▸ Assigned task: Once you find a line containing the word "rechts" in the entries below, copy it.

+++++

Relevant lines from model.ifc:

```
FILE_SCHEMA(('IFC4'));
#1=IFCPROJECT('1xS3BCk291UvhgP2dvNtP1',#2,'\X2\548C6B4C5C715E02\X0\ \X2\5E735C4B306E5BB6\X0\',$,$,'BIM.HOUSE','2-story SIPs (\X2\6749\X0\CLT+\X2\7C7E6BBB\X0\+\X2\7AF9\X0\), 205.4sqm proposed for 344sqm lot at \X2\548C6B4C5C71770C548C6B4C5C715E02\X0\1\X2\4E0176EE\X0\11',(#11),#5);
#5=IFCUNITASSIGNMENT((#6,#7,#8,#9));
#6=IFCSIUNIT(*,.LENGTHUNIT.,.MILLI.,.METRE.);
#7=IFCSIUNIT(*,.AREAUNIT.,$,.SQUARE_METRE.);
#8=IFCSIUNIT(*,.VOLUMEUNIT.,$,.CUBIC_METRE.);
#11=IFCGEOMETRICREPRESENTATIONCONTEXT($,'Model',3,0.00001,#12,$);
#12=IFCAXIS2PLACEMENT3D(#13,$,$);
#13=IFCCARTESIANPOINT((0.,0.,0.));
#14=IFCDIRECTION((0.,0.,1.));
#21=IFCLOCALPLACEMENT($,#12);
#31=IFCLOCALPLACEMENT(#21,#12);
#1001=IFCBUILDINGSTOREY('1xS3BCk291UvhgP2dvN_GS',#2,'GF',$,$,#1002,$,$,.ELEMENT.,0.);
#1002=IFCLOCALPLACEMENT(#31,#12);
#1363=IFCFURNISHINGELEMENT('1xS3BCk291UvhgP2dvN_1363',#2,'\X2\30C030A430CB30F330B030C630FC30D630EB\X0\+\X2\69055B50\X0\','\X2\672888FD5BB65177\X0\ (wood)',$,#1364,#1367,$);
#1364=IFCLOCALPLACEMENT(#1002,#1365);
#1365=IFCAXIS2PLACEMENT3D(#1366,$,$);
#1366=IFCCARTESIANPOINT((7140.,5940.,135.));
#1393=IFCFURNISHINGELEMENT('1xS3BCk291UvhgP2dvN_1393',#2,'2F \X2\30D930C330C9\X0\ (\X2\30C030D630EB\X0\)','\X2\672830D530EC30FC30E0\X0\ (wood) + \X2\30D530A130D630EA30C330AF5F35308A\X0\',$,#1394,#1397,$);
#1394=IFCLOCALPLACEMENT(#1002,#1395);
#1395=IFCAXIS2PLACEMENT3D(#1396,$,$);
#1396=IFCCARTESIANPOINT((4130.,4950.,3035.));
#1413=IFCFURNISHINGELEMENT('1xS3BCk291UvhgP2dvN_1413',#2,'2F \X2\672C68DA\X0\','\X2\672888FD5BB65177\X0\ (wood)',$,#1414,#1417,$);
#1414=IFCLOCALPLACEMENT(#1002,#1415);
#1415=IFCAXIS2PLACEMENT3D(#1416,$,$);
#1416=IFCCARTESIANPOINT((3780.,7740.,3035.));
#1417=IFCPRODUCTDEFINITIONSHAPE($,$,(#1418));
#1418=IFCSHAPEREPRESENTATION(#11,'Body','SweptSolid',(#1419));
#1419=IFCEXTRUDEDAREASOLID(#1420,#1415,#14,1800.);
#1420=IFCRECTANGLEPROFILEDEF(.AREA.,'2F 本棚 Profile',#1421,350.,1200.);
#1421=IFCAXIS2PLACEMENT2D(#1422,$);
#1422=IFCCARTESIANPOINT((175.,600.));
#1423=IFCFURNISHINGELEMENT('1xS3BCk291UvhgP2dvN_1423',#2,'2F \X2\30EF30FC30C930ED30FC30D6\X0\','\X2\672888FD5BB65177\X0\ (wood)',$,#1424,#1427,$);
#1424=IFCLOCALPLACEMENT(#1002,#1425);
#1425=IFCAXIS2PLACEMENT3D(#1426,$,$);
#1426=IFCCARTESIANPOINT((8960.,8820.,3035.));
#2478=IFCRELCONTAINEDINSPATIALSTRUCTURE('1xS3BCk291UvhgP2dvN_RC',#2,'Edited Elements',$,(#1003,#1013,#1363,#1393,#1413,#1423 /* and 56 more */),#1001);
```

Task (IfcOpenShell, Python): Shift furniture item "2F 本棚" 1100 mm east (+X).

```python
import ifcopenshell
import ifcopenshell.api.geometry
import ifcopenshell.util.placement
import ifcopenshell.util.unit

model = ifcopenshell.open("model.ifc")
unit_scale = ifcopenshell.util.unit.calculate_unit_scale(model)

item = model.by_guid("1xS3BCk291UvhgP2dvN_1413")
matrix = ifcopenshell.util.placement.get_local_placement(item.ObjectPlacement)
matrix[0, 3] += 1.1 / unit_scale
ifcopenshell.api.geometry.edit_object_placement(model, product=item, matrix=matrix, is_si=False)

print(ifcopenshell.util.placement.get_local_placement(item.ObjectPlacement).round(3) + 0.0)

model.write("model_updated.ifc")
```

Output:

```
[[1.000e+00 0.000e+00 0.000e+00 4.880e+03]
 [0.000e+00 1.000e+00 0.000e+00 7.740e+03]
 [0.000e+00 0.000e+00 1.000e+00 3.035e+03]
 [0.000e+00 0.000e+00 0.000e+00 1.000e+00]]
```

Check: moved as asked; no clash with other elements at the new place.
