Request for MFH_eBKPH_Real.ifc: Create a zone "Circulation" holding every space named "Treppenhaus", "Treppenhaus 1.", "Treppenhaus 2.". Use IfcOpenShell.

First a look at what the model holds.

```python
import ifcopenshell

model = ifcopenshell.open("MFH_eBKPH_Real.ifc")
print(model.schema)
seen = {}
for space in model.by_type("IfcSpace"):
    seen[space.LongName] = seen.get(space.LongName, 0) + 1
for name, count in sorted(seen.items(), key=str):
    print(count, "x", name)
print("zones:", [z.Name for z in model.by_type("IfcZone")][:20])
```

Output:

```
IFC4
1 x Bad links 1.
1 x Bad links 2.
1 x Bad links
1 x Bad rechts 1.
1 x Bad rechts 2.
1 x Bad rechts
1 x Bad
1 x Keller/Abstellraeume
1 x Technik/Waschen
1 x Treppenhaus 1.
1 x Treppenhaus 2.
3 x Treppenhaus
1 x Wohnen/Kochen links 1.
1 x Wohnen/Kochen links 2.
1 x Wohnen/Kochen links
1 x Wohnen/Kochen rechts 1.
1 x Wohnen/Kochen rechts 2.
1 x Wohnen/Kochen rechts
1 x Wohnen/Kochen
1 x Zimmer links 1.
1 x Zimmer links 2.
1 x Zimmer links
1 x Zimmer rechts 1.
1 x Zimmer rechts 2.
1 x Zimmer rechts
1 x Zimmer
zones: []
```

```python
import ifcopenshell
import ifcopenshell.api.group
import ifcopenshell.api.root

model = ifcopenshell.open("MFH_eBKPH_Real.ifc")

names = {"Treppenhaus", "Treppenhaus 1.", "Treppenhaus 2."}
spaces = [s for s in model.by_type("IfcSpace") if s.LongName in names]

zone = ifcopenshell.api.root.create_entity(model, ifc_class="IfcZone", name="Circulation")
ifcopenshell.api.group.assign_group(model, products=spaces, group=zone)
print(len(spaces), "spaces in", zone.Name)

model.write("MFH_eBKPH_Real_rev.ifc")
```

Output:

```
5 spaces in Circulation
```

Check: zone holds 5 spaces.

+++++

▸ Result of this task:
1 x Bad rechts 1.
1 x Bad rechts 2.
1 x Bad rechts
1 x Wohnen/Kochen rechts 1.
1 x Wohnen/Kochen rechts 2.
1 x Wohnen/Kochen rechts
1 x Zimmer rechts 1.
1 x Zimmer rechts 2.
1 x Zimmer rechts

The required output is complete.